▸ What is needed
Within the data below, copy each line where the string "OverallHeight" is found.

(Saved entries)

::::

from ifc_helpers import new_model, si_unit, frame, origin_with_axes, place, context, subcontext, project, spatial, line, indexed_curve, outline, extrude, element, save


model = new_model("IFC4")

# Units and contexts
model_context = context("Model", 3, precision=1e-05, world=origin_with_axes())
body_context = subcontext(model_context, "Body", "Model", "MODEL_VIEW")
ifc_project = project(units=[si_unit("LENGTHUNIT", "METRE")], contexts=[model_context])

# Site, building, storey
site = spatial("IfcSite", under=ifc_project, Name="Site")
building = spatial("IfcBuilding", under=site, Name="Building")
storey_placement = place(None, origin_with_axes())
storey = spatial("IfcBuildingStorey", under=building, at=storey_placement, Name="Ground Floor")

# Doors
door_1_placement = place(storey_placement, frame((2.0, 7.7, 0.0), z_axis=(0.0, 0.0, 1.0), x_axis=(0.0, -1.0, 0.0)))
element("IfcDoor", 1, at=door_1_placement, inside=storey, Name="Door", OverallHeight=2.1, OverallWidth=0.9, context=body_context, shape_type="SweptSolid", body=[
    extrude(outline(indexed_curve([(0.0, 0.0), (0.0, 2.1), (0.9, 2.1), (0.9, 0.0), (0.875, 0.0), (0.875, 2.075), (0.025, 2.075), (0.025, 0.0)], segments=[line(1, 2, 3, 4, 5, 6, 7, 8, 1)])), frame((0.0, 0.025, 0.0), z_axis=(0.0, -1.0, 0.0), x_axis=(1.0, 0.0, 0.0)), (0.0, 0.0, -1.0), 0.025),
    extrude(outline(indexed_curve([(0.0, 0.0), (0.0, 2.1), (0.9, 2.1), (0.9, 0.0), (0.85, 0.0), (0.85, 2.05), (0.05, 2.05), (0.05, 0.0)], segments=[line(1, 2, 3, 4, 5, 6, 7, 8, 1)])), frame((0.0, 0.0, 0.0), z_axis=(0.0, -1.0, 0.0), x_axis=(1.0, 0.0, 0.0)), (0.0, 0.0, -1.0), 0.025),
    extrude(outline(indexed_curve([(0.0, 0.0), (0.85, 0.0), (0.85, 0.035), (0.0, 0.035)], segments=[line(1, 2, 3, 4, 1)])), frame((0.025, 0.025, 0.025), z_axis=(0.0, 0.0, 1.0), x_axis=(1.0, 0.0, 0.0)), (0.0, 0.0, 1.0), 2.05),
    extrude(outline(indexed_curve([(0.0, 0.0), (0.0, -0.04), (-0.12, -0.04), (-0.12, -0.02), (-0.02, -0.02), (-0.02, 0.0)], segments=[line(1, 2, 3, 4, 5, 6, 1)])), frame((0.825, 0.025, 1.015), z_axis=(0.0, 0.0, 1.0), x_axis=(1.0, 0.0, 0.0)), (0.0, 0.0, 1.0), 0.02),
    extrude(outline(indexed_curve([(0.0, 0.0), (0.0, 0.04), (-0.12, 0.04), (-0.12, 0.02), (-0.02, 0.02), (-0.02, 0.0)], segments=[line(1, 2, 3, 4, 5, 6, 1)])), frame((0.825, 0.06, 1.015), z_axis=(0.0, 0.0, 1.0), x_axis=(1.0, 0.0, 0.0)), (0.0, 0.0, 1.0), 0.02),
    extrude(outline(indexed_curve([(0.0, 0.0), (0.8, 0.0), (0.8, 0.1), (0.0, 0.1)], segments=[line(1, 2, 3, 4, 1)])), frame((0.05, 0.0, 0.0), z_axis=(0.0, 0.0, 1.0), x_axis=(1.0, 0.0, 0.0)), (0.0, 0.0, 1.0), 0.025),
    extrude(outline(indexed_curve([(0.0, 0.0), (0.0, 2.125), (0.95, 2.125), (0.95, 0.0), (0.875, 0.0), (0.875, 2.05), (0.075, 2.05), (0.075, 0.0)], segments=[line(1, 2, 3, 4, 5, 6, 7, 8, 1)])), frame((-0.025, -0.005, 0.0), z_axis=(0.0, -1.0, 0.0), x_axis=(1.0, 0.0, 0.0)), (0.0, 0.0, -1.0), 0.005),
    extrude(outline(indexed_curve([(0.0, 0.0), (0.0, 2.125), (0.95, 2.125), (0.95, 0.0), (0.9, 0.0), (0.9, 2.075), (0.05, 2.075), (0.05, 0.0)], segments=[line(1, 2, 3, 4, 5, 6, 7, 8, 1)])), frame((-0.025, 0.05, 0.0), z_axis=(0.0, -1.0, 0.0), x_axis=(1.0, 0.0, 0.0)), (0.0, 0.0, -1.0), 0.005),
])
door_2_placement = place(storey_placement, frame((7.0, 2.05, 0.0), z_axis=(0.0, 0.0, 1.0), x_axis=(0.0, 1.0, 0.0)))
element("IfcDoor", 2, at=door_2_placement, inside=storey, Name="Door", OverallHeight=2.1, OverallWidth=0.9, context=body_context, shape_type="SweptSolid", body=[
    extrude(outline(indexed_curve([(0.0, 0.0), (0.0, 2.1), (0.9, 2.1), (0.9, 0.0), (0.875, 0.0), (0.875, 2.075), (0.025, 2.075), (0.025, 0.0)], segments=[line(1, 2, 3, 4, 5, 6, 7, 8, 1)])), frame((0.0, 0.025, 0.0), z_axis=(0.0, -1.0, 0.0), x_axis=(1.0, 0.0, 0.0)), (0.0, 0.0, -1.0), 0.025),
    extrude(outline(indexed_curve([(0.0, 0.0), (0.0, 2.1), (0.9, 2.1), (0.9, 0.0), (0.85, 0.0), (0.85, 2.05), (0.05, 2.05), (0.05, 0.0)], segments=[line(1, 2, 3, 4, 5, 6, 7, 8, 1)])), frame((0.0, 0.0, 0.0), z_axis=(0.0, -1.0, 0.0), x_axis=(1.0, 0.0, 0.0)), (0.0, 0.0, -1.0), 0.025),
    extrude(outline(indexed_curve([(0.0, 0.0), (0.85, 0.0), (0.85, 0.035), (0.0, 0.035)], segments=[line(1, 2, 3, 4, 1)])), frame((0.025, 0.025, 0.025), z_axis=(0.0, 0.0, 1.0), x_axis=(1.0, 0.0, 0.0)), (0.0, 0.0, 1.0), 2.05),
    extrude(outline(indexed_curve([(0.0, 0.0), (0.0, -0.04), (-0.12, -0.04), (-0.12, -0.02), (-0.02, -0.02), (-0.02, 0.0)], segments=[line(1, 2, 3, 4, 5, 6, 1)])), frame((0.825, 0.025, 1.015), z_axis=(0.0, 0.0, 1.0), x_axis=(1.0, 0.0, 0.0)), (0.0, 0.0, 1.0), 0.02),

::::

▸ Exercise answer
element("IfcDoor", 1, at=door_1_placement, inside=storey, Name="Door", OverallHeight=2.1, OverallWidth=0.9, context=body_context, shape_type="SweptSolid", body=[
element("IfcDoor", 2, at=door_2_placement, inside=storey, Name="Door", OverallHeight=2.1, OverallWidth=0.9, context=body_context, shape_type="SweptSolid", body=[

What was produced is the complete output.